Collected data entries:
□ □ □ □

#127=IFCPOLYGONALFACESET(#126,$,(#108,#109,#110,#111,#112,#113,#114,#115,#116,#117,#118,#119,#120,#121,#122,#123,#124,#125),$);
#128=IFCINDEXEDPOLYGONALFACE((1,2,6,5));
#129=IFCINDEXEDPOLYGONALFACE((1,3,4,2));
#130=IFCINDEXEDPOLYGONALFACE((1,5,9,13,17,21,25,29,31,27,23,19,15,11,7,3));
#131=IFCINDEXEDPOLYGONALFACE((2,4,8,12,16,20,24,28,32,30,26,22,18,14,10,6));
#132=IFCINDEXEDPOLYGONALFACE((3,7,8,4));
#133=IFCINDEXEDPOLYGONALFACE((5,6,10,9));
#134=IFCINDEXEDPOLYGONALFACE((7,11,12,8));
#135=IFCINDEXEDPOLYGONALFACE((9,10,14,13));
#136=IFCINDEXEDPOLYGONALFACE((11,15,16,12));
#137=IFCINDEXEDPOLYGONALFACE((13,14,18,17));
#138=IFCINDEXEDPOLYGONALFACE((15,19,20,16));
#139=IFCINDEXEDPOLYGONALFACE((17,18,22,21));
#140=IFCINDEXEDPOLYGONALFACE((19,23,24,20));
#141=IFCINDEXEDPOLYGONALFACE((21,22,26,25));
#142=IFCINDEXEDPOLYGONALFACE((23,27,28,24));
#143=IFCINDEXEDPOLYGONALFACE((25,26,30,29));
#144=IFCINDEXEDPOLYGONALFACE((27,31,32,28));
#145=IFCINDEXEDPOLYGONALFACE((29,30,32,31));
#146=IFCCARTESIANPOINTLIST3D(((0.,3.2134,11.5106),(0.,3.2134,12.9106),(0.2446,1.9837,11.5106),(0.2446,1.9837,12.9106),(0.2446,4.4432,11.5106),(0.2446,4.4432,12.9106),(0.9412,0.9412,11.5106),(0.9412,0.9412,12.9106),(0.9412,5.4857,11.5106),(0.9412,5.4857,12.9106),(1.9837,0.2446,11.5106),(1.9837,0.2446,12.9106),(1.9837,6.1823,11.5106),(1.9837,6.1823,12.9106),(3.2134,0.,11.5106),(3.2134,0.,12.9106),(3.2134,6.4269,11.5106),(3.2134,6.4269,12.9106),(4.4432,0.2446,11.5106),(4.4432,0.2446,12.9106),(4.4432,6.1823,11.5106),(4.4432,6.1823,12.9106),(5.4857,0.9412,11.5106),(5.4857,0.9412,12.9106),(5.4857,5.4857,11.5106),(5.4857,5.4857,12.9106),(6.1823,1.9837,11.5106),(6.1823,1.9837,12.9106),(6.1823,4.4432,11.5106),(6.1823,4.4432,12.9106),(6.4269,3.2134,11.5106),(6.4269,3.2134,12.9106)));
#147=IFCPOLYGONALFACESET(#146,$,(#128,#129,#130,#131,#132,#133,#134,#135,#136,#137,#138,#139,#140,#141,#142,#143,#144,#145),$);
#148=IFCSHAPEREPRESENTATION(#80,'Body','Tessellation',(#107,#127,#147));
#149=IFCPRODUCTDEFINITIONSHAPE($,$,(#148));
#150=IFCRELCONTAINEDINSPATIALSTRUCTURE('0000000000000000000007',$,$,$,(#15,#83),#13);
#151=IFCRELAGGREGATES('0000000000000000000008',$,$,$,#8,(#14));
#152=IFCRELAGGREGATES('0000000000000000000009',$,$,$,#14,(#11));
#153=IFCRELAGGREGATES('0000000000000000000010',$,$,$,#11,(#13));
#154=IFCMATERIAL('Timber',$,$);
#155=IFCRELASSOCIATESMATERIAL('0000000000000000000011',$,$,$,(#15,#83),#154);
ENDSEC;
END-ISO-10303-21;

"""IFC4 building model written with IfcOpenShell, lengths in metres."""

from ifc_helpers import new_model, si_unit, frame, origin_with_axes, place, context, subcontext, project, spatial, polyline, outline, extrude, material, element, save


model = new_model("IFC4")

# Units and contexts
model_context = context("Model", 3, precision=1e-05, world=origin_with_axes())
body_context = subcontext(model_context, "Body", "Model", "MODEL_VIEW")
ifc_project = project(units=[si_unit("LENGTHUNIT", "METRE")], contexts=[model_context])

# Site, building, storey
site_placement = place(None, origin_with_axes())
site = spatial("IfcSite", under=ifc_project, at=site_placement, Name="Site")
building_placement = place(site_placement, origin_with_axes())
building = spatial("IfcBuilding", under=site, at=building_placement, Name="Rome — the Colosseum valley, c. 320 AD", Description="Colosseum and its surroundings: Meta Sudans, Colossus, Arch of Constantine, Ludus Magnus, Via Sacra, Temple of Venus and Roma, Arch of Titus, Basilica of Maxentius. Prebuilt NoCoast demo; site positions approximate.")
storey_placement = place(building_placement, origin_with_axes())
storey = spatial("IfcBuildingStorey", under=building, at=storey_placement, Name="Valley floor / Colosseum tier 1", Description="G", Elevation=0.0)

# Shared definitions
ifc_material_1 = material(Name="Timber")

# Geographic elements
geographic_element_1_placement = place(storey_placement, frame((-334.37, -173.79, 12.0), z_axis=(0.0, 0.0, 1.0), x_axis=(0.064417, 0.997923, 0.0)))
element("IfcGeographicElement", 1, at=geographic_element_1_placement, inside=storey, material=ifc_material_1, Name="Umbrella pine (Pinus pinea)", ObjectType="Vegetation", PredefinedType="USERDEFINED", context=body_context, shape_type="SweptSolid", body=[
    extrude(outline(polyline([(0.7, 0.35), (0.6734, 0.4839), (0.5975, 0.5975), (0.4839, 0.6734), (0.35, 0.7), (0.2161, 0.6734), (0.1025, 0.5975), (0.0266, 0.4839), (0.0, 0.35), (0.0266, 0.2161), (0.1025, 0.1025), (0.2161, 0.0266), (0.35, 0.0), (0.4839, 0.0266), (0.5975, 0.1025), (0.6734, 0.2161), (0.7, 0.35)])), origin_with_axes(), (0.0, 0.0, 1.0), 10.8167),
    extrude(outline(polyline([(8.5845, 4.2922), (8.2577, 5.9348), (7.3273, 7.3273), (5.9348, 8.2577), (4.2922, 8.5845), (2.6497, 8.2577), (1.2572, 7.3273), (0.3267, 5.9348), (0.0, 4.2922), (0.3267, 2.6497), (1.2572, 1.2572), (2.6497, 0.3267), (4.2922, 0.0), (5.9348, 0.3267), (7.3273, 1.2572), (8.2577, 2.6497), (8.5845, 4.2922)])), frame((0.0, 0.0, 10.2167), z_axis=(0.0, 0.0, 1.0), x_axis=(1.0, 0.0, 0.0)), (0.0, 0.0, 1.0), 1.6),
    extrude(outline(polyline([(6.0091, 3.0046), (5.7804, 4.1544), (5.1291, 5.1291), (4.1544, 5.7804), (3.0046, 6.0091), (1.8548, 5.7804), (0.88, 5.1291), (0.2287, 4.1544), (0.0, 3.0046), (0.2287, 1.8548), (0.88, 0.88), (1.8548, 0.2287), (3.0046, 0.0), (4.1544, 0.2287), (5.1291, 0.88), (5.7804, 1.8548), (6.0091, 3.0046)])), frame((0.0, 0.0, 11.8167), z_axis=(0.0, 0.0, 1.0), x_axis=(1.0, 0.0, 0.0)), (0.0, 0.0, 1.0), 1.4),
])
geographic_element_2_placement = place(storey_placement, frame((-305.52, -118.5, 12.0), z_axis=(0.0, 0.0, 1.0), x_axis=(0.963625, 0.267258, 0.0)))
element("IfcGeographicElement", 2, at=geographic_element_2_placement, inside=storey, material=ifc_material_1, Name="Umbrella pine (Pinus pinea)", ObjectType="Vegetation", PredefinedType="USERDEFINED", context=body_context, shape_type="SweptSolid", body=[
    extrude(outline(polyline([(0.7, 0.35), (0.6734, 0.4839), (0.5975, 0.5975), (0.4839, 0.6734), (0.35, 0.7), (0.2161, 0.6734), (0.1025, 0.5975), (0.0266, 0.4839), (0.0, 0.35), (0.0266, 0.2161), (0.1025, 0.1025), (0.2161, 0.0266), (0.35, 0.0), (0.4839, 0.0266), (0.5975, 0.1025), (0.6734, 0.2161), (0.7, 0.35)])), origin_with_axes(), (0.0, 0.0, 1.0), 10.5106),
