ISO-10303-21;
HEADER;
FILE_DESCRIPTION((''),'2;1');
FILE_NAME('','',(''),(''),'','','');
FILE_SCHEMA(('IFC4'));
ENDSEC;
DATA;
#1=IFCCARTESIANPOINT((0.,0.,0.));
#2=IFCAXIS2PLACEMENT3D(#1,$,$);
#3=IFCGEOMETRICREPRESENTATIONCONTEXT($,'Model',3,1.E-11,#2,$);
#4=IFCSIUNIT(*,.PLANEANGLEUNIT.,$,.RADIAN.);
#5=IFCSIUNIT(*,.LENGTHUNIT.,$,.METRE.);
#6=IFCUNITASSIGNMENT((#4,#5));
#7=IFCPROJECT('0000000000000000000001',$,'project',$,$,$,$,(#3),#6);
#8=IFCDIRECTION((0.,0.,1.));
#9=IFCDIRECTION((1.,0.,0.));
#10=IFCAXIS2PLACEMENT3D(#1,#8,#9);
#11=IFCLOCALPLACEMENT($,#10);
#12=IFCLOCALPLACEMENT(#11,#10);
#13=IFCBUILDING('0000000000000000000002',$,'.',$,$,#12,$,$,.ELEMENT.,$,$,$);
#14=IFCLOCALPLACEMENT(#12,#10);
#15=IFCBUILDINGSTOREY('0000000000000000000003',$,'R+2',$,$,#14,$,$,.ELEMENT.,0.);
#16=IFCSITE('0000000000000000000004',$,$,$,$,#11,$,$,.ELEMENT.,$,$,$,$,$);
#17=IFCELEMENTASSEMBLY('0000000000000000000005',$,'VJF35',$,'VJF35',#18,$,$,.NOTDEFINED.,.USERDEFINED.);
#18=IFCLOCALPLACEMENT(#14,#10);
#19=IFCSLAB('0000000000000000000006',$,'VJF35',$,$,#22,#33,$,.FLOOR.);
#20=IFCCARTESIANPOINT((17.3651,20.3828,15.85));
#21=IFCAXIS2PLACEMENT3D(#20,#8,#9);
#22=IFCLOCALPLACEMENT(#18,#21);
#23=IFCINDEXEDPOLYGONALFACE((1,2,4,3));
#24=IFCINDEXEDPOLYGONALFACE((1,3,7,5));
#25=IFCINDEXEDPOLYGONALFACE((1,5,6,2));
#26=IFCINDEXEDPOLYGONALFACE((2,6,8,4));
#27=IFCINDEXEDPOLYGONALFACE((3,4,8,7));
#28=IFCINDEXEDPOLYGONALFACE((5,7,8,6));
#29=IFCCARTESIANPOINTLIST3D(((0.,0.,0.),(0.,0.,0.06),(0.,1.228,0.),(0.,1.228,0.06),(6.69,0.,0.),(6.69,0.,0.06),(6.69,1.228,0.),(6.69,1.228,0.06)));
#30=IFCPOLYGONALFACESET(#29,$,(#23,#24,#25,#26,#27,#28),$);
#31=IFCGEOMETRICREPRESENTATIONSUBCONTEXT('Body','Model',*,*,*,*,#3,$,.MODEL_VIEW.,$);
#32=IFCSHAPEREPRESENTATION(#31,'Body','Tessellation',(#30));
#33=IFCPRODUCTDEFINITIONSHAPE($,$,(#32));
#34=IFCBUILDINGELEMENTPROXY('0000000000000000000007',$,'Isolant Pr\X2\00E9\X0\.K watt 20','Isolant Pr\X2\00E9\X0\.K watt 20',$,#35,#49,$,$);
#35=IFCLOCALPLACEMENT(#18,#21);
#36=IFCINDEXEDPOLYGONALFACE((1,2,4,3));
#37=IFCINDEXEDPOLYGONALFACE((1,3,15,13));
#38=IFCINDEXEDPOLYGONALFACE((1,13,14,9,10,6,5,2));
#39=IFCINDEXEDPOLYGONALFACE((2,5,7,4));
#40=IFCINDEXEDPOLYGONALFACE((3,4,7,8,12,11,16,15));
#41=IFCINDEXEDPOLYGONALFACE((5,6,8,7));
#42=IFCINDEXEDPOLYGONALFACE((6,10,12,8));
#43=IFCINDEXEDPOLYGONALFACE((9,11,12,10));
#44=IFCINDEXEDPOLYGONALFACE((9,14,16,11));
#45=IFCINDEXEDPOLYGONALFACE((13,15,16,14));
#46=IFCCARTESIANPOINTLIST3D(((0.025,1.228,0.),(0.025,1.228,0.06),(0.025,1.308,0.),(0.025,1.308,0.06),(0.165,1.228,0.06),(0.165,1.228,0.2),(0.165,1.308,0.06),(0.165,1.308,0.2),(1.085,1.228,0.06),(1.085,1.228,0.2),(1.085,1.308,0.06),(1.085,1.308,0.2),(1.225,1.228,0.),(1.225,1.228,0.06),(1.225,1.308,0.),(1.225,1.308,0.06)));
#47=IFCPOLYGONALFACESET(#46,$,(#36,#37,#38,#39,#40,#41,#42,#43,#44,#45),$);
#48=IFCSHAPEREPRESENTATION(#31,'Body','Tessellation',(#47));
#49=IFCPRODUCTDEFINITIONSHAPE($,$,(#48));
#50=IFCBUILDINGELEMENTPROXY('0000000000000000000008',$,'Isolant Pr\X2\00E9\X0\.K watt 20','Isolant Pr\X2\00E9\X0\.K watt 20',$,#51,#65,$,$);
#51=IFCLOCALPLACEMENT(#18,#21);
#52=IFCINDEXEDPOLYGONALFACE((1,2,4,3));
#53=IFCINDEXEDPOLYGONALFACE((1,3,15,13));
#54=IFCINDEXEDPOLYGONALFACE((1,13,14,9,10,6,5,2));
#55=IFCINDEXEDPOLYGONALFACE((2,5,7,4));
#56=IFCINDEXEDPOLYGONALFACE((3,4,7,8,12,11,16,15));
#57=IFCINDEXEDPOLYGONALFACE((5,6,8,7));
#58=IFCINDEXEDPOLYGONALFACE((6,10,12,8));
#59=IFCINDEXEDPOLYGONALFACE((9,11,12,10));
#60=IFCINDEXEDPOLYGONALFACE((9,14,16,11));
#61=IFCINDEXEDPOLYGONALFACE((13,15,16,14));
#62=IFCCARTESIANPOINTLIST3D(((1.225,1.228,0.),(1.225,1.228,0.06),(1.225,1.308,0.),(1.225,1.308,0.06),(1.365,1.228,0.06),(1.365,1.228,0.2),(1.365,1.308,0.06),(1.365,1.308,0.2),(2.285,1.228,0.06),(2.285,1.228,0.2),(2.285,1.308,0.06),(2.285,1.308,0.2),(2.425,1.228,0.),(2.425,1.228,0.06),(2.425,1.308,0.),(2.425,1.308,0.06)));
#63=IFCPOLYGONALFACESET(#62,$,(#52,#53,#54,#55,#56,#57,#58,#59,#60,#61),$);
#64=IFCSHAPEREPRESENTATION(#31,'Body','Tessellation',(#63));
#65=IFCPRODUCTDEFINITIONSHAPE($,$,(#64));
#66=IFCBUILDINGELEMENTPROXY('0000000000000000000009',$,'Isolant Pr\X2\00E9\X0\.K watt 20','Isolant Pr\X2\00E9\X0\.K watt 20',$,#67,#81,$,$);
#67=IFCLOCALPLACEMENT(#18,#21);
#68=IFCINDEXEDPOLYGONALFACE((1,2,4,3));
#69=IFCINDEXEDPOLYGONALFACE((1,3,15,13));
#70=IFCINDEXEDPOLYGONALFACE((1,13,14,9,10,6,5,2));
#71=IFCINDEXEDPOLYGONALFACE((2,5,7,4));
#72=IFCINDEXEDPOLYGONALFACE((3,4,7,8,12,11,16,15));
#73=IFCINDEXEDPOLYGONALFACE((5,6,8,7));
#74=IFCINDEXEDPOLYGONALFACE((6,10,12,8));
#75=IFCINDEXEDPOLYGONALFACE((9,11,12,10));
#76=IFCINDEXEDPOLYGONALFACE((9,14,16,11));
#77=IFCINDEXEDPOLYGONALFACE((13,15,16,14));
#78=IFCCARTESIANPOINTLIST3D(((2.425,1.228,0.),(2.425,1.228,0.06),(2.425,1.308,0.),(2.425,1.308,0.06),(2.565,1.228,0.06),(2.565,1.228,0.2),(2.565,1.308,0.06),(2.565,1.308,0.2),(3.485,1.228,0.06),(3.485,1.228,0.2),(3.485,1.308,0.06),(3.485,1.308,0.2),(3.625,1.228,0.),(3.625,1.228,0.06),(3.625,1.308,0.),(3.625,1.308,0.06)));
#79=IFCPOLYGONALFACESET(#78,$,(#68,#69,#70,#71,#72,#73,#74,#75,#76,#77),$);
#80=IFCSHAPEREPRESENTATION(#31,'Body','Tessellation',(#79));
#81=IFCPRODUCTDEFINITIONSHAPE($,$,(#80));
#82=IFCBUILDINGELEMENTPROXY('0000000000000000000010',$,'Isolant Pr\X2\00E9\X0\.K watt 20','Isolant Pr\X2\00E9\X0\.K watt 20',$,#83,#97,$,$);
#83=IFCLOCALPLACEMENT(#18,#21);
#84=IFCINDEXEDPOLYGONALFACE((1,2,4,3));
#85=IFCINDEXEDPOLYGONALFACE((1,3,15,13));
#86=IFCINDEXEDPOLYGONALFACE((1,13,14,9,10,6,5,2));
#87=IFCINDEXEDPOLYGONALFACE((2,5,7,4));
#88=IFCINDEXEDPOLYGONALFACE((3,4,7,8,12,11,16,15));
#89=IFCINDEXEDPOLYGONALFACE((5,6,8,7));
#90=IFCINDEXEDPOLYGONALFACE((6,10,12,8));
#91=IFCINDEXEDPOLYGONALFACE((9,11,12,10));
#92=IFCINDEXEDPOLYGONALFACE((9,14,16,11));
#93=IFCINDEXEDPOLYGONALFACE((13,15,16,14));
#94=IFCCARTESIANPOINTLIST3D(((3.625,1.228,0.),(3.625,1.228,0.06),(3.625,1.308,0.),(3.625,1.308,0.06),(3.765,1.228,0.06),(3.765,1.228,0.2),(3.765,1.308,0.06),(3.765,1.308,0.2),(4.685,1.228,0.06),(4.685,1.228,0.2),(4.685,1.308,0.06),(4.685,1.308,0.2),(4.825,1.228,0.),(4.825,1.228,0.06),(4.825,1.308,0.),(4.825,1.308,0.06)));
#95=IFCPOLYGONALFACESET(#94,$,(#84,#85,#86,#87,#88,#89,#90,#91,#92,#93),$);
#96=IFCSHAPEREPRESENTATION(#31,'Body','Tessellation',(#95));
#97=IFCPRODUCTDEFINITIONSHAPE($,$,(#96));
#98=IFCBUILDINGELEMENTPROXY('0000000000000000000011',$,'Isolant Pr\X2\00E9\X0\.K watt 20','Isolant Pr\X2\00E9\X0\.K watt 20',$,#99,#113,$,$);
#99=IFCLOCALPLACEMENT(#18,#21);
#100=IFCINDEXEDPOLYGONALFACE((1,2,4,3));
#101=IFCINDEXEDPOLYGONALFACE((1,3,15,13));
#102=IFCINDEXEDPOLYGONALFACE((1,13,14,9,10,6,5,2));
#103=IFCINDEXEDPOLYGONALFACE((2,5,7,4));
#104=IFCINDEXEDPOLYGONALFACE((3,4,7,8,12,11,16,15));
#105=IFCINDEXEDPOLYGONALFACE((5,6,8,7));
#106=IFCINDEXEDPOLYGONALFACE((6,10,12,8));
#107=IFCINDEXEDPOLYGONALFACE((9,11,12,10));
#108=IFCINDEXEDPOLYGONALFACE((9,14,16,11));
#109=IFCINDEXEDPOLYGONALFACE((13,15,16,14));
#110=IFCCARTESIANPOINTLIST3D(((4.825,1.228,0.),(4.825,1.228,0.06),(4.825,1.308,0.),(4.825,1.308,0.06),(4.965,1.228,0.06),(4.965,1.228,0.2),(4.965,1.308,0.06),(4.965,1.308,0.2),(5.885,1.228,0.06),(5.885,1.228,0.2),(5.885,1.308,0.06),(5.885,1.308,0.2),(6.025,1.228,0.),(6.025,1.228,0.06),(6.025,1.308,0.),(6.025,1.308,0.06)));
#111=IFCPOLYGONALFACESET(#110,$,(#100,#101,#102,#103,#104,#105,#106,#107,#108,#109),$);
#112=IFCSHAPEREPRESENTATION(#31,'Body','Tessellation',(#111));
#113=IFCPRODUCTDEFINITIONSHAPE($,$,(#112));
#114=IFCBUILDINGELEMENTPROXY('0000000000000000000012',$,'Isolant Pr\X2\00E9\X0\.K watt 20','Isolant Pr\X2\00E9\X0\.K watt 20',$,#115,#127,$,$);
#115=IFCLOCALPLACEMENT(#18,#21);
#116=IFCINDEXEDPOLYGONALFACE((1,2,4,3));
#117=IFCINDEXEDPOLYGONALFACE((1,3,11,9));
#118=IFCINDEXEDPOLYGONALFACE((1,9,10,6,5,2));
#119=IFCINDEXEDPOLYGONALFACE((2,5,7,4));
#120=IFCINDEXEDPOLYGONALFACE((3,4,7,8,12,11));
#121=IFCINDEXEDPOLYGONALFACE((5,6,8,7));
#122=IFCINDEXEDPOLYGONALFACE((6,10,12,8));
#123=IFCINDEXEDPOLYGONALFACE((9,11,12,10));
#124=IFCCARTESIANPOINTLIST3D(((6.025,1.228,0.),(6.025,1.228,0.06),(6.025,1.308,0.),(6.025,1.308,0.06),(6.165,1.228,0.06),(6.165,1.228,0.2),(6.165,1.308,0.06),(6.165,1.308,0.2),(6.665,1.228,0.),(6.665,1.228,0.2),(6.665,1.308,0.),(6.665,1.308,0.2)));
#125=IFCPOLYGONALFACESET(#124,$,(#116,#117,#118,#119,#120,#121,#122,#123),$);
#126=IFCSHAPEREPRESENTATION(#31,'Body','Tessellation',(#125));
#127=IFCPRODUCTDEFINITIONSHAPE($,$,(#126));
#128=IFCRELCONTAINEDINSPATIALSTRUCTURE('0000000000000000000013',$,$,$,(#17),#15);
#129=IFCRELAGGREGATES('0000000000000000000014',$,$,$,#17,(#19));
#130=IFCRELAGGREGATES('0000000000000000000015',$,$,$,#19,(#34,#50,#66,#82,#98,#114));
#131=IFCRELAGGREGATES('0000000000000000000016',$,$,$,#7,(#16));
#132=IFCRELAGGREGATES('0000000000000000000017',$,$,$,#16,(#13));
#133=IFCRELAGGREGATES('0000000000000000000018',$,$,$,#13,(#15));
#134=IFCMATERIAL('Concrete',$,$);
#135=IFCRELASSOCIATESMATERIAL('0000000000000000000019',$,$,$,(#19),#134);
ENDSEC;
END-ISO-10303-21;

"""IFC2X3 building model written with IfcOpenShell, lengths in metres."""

from ifc_helpers import new_model, si_unit, frame, origin, origin_with_axes, place, context, subcontext, project, spatial, polyline, outline, extrude, material, element, aggregate, save


model = new_model("IFC2X3")

# Units and contexts
model_context = context("Model", 3, precision=1e-11, world=origin())
body_context = subcontext(model_context, "Body", "Model", "MODEL_VIEW")
ifc_project = project(units=[si_unit("PLANEANGLEUNIT", "RADIAN"), si_unit("LENGTHUNIT", "METRE")], contexts=[model_context])

# Site, building, storey
site_placement = place(None, origin_with_axes())
site = spatial("IfcSite", under=ifc_project, at=site_placement, CompositionType="ELEMENT")
building_placement = place(site_placement, origin_with_axes())
building = spatial("IfcBuilding", under=site, at=building_placement, Name=".", CompositionType="ELEMENT")
storey_placement = place(building_placement, origin_with_axes())
storey = spatial("IfcBuildingStorey", under=building, at=storey_placement, Name="R+2", CompositionType="ELEMENT", Elevation=0.0)

# Shared definitions
ifc_material = material(Name="Concrete")

# Element assembly, slab
assembly_1_placement = place(storey_placement, origin_with_axes())
assembly_1 = element("IfcElementAssembly", 1, at=assembly_1_placement, inside=storey, Name="VJF35", ObjectType="VJF35", AssemblyPlace="NOTDEFINED", PredefinedType="USERDEFINED")
slab_1_placement = place(assembly_1_placement, frame((17.3651, 20.3828, 15.85), z_axis=(0.0, 0.0, 1.0), x_axis=(1.0, 0.0, 0.0)))
slab_1 = element("IfcSlab", 2, at=slab_1_placement, material=ifc_material, Name="VJF35", PredefinedType="FLOOR", context=body_context, shape_type="SweptSolid", body=[
    extrude(outline(polyline([(0.0, 0.0), (0.0, -6.69), (1.228, -6.69), (1.228, 0.0), (0.0, 0.0)])), frame((0.0, 0.0, 0.0), z_axis=(0.0, 0.0, 1.0), x_axis=(0.0, 1.0, 0.0)), (0.0, 0.0, 1.0), 0.06),
])
aggregate(assembly_1, [slab_1])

□ □ □ □

What you have to do> If a line in the records has the word "Timber", copy that line.

Task result>
#154=IFCMATERIAL('Timber',$,$);
ifc_material_1 = material(Name="Timber")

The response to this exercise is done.